• _ACTION ITEM_: Produce an exact copy of the data below.

[DATA RECORDS]

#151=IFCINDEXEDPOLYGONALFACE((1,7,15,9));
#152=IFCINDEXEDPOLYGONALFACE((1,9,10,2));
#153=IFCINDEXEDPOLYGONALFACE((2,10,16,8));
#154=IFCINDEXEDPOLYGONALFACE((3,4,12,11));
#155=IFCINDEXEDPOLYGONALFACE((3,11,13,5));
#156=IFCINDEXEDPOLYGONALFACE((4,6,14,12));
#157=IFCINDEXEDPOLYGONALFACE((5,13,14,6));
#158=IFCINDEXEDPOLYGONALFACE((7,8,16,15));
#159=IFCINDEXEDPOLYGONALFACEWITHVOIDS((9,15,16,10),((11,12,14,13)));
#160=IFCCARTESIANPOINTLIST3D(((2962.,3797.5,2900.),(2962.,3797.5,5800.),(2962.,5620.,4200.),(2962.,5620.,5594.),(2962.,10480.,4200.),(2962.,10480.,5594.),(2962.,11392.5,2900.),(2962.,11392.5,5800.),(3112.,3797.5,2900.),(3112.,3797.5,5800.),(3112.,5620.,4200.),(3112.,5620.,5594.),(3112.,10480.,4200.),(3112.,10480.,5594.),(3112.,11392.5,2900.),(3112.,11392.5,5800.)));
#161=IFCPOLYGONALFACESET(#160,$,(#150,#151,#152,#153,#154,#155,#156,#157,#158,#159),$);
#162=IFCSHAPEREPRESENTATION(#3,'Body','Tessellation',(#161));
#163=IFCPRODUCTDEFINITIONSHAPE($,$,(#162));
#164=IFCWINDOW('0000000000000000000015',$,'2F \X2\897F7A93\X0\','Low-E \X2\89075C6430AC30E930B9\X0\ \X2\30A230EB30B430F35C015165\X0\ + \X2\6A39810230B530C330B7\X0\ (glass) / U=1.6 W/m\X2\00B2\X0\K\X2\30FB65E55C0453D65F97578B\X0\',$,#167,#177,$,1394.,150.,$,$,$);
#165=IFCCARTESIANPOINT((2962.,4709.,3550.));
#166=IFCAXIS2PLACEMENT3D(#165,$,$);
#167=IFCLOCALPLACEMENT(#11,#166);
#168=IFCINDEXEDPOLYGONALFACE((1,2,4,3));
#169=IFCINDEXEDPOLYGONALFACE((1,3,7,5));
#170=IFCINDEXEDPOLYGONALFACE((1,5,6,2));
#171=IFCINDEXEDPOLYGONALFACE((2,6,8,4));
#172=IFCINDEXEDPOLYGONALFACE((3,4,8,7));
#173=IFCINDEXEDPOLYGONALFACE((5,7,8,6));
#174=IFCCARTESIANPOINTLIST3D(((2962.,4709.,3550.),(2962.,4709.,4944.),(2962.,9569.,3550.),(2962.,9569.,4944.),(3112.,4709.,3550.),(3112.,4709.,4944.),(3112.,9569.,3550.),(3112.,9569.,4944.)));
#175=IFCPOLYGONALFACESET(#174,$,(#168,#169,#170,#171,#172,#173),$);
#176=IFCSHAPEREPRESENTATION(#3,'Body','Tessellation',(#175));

[/DATA RECORDS]

• _SOLVED PROBLEM_:
#151=IFCINDEXEDPOLYGONALFACE((1,7,15,9));
#152=IFCINDEXEDPOLYGONALFACE((1,9,10,2));
#153=IFCINDEXEDPOLYGONALFACE((2,10,16,8));
#154=IFCINDEXEDPOLYGONALFACE((3,4,12,11));
#155=IFCINDEXEDPOLYGONALFACE((3,11,13,5));
#156=IFCINDEXEDPOLYGONALFACE((4,6,14,12));
#157=IFCINDEXEDPOLYGONALFACE((5,13,14,6));
#158=IFCINDEXEDPOLYGONALFACE((7,8,16,15));
#159=IFCINDEXEDPOLYGONALFACEWITHVOIDS((9,15,16,10),((11,12,14,13)));
#160=IFCCARTESIANPOINTLIST3D(((2962.,3797.5,2900.),(2962.,3797.5,5800.),(2962.,5620.,4200.),(2962.,5620.,5594.),(2962.,10480.,4200.),(2962.,10480.,5594.),(2962.,11392.5,2900.),(2962.,11392.5,5800.),(3112.,3797.5,2900.),(3112.,3797.5,5800.),(3112.,5620.,4200.),(3112.,5620.,5594.),(3112.,10480.,4200.),(3112.,10480.,5594.),(3112.,11392.5,2900.),(3112.,11392.5,5800.)));
#161=IFCPOLYGONALFACESET(#160,$,(#150,#151,#152,#153,#154,#155,#156,#157,#158,#159),$);
#162=IFCSHAPEREPRESENTATION(#3,'Body','Tessellation',(#161));
#163=IFCPRODUCTDEFINITIONSHAPE($,$,(#162));
#164=IFCWINDOW('0000000000000000000015',$,'2F \X2\897F7A93\X0\','Low-E \X2\89075C6430AC30E930B9\X0\ \X2\30A230EB30B430F35C015165\X0\ + \X2\6A39810230B530C330B7\X0\ (glass) / U=1.6 W/m\X2\00B2\X0\K\X2\30FB65E55C0453D65F97578B\X0\',$,#167,#177,$,1394.,150.,$,$,$);
#165=IFCCARTESIANPOINT((2962.,4709.,3550.));
#166=IFCAXIS2PLACEMENT3D(#165,$,$);
#167=IFCLOCALPLACEMENT(#11,#166);
#168=IFCINDEXEDPOLYGONALFACE((1,2,4,3));
#169=IFCINDEXEDPOLYGONALFACE((1,3,7,5));
#170=IFCINDEXEDPOLYGONALFACE((1,5,6,2));
#171=IFCINDEXEDPOLYGONALFACE((2,6,8,4));
#172=IFCINDEXEDPOLYGONALFACE((3,4,8,7));
#173=IFCINDEXEDPOLYGONALFACE((5,7,8,6));
#174=IFCCARTESIANPOINTLIST3D(((2962.,4709.,3550.),(2962.,4709.,4944.),(2962.,9569.,3550.),(2962.,9569.,4944.),(3112.,4709.,3550.),(3112.,4709.,4944.),(3112.,9569.,3550.),(3112.,9569.,4944.)));
#175=IFCPOLYGONALFACESET(#174,$,(#168,#169,#170,#171,#172,#173),$);
#176=IFCSHAPEREPRESENTATION(#3,'Body','Tessellation',(#175));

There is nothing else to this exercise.